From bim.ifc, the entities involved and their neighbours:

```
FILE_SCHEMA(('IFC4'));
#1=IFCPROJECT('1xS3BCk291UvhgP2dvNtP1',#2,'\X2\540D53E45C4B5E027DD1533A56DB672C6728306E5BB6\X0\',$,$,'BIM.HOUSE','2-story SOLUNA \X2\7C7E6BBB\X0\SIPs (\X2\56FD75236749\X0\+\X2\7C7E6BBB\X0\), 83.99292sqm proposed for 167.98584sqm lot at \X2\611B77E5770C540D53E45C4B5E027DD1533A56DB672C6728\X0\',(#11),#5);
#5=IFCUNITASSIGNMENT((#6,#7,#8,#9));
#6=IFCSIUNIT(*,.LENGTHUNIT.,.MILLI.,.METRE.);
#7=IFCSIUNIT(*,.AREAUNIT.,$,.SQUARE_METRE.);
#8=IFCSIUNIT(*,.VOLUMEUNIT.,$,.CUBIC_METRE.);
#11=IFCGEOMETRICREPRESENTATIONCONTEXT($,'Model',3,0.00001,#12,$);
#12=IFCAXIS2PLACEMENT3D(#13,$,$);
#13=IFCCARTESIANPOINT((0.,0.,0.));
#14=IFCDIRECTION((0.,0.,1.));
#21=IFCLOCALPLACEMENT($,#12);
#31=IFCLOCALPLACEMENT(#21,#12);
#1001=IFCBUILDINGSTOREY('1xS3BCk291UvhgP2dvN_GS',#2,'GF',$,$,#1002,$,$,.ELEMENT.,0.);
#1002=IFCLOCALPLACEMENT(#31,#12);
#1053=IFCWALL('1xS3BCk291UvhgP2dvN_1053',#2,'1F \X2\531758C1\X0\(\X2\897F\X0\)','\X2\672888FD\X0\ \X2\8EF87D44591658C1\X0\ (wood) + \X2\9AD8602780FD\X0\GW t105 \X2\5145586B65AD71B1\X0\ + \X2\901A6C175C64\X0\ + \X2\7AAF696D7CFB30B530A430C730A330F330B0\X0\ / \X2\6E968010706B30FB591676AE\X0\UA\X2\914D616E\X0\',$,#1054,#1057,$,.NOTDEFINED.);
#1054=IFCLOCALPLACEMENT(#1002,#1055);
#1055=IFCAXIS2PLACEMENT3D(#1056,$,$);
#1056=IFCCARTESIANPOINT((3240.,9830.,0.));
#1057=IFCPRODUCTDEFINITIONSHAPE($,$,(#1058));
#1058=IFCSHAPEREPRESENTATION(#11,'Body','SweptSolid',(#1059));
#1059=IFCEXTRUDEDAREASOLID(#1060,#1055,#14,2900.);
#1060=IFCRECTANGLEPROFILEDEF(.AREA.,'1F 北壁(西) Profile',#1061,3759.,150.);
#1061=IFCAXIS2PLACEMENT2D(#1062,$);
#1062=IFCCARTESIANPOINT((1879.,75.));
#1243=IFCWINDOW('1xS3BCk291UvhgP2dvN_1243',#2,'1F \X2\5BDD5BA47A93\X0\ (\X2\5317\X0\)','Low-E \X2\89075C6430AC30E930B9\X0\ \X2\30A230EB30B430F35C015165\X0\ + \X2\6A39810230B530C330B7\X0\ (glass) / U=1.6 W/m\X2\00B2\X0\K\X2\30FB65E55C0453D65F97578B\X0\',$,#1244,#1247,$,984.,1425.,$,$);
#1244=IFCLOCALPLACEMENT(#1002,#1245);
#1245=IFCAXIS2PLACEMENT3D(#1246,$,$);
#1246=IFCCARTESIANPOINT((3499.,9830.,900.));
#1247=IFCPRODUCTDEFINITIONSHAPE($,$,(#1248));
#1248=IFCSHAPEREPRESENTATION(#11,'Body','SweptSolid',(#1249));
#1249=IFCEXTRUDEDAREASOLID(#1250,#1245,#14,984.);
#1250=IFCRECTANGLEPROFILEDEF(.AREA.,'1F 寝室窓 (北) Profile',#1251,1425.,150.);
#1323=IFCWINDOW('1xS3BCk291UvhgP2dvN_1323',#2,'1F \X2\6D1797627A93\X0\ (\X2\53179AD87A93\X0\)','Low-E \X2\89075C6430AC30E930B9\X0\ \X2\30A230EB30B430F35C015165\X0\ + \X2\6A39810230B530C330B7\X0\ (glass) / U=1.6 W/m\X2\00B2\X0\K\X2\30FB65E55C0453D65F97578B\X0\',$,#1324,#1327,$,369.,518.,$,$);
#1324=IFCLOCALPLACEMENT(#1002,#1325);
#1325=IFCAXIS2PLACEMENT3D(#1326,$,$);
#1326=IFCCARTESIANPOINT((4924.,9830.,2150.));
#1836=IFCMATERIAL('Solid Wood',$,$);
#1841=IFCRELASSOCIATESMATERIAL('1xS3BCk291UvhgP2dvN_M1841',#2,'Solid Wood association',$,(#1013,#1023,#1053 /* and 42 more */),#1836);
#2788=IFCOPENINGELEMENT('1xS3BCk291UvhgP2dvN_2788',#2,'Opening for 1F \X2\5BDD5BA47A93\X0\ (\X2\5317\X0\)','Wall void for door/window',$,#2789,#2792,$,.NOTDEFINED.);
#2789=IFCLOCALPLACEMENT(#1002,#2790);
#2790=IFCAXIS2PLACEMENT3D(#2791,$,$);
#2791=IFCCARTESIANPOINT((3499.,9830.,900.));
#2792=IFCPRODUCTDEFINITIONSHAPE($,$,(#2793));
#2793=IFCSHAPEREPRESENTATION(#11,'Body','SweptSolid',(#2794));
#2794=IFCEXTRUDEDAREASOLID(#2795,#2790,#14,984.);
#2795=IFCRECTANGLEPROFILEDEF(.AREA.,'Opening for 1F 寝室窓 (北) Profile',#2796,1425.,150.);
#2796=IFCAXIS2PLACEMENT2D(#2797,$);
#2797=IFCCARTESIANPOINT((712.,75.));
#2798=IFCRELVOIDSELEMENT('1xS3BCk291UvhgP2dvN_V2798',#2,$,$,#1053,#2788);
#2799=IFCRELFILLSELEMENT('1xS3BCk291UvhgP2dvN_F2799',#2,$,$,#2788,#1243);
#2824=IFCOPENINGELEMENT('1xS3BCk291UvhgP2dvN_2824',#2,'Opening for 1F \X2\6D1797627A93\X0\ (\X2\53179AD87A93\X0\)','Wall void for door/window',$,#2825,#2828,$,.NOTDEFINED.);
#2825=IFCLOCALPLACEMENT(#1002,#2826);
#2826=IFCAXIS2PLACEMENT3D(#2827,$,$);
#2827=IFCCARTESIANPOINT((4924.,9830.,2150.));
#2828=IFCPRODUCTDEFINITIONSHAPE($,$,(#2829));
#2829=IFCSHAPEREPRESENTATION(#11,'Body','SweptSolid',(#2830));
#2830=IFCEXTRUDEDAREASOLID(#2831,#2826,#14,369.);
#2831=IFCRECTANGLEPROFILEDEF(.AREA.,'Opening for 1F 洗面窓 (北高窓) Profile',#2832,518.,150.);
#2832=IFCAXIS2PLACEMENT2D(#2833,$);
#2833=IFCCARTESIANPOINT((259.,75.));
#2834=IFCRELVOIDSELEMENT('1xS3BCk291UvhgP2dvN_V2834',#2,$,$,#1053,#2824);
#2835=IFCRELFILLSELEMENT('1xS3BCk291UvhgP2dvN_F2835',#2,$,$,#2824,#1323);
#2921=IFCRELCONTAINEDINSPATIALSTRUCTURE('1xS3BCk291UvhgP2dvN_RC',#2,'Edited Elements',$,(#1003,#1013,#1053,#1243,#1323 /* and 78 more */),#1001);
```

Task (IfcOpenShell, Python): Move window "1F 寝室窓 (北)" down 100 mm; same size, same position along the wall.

```python
import numpy as np
import ifcopenshell
import ifcopenshell.api.geometry
import ifcopenshell.util.placement
import ifcopenshell.util.unit

model = ifcopenshell.open("bim.ifc")
unit_scale = ifcopenshell.util.unit.calculate_unit_scale(model)

window = model.by_id(1243)
opening = window.FillsVoids[0].RelatingOpeningElement
dz = -0.1 / unit_scale

shift = np.array([0.0, 0.0, dz])
# The window is not placed relative to its opening, so move both.
for product in (opening, window):
    matrix = ifcopenshell.util.placement.get_local_placement(product.ObjectPlacement)
    matrix[:3, 3] += shift
    ifcopenshell.api.geometry.edit_object_placement(model, product=product, matrix=matrix, is_si=False)

print(f"moved by {dz * unit_scale:+.3f} m")

model.write("bim-out.ifc")
```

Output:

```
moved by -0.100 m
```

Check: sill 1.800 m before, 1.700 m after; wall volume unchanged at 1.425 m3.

WORK REQUIRED:
Whenever a line of the data includes the word "IFCCARTESIANPOINT", show that line in full.

YOUR RESPONSE:
#13=IFCCARTESIANPOINT((0.,0.,0.));
#1056=IFCCARTESIANPOINT((3240.,9830.,0.));
#1062=IFCCARTESIANPOINT((1879.,75.));
#1246=IFCCARTESIANPOINT((3499.,9830.,900.));
#1326=IFCCARTESIANPOINT((4924.,9830.,2150.));
#2791=IFCCARTESIANPOINT((3499.,9830.,900.));
#2797=IFCCARTESIANPOINT((712.,75.));
#2827=IFCCARTESIANPOINT((4924.,9830.,2150.));
#2833=IFCCARTESIANPOINT((259.,75.));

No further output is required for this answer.